Input>
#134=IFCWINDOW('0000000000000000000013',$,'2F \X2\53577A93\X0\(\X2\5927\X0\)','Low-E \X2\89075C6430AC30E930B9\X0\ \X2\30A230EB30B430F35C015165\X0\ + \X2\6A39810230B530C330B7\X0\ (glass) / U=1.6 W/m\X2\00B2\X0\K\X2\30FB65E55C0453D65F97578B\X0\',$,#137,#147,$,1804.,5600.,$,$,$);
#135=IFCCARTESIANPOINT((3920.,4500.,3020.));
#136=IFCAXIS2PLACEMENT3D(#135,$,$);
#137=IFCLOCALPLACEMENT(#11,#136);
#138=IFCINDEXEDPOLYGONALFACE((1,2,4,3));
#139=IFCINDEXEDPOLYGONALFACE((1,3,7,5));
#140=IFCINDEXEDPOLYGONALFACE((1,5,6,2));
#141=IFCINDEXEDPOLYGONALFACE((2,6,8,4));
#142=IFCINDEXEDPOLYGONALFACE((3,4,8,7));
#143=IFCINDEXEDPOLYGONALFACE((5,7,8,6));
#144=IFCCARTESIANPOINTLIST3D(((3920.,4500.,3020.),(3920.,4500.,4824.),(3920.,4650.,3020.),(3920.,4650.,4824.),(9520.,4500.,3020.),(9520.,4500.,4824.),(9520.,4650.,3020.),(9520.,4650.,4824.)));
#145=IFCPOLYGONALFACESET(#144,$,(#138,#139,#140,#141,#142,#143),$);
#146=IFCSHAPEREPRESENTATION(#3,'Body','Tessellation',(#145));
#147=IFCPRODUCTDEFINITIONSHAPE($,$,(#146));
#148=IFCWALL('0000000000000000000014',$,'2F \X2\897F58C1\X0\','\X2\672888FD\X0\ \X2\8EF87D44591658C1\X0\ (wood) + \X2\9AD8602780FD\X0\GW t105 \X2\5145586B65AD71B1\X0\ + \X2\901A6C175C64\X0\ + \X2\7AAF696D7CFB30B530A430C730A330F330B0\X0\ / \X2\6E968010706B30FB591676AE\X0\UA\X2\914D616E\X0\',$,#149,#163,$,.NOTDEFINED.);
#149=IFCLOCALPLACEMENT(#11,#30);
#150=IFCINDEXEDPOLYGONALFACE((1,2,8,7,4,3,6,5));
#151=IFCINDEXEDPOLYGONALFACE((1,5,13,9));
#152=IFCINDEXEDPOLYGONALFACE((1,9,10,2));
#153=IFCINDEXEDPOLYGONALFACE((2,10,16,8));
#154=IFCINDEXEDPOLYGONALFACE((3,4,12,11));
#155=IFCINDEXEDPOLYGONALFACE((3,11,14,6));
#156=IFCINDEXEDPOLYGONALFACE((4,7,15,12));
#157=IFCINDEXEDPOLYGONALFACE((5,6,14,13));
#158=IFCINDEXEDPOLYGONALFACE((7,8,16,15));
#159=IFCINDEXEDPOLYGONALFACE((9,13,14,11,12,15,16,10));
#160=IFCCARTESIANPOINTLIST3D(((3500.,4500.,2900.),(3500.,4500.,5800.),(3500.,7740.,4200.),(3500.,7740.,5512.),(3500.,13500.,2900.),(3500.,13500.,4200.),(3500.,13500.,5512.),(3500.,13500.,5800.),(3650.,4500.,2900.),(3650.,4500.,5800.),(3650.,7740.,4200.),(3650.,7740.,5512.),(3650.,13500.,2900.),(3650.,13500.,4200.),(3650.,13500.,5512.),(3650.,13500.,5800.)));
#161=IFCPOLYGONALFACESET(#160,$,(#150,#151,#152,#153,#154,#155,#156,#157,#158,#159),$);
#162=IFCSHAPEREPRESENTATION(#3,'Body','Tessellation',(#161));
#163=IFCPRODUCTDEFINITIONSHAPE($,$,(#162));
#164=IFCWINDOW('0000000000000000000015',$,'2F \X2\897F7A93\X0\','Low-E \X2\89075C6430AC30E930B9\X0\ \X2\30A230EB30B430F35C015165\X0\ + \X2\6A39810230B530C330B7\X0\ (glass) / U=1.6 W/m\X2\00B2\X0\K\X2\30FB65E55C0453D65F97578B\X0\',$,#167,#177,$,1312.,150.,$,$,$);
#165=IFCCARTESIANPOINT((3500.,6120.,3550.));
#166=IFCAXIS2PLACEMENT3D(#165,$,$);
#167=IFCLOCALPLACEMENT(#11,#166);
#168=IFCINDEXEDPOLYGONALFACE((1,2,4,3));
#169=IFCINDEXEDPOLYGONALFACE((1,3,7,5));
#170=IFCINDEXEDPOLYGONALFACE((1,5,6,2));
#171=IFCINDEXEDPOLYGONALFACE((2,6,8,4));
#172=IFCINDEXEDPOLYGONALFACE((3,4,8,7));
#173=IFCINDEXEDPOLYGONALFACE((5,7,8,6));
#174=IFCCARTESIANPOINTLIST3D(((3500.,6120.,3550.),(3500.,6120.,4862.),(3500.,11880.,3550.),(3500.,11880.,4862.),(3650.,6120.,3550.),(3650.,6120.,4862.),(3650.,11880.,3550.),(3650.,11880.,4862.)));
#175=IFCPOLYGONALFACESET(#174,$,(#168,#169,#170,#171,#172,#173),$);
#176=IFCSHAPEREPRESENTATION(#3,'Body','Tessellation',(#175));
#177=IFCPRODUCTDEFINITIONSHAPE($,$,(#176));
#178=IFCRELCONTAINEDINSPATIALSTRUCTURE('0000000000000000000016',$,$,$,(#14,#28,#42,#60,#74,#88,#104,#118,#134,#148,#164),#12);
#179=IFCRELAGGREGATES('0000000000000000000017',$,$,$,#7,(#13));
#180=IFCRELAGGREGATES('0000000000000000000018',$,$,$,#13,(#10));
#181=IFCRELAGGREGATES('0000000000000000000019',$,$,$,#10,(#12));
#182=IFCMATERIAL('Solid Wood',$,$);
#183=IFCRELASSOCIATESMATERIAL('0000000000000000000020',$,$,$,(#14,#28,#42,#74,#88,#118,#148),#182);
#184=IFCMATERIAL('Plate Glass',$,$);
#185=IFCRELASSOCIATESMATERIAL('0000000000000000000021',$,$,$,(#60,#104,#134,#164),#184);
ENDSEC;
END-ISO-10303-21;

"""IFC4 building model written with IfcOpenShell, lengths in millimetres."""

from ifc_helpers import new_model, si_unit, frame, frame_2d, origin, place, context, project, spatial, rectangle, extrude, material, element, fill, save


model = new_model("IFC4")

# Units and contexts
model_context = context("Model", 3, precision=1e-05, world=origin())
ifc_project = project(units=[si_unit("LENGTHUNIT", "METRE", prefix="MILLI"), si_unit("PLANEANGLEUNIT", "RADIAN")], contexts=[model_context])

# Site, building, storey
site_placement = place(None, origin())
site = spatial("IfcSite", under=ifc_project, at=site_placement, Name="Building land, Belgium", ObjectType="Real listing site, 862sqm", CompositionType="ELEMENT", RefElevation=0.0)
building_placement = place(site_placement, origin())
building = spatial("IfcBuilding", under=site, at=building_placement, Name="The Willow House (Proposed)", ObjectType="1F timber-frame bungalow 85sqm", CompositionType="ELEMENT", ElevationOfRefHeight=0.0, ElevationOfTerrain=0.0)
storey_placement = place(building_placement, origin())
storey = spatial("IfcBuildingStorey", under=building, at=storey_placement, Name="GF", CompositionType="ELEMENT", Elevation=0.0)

Action item> From the entries above, give again exactly the lines running from the line with "#165=IFCCARTESIANPOINT((3500.,6120.,3550.));" to the line with "#170=IFCINDEXEDPOLYGONALFACE((1,5,6,2));"; include both of those lines.

Answer area>
#165=IFCCARTESIANPOINT((3500.,6120.,3550.));
#166=IFCAXIS2PLACEMENT3D(#165,$,$);
#167=IFCLOCALPLACEMENT(#11,#166);
#168=IFCINDEXEDPOLYGONALFACE((1,2,4,3));
#169=IFCINDEXEDPOLYGONALFACE((1,3,7,5));
#170=IFCINDEXEDPOLYGONALFACE((1,5,6,2));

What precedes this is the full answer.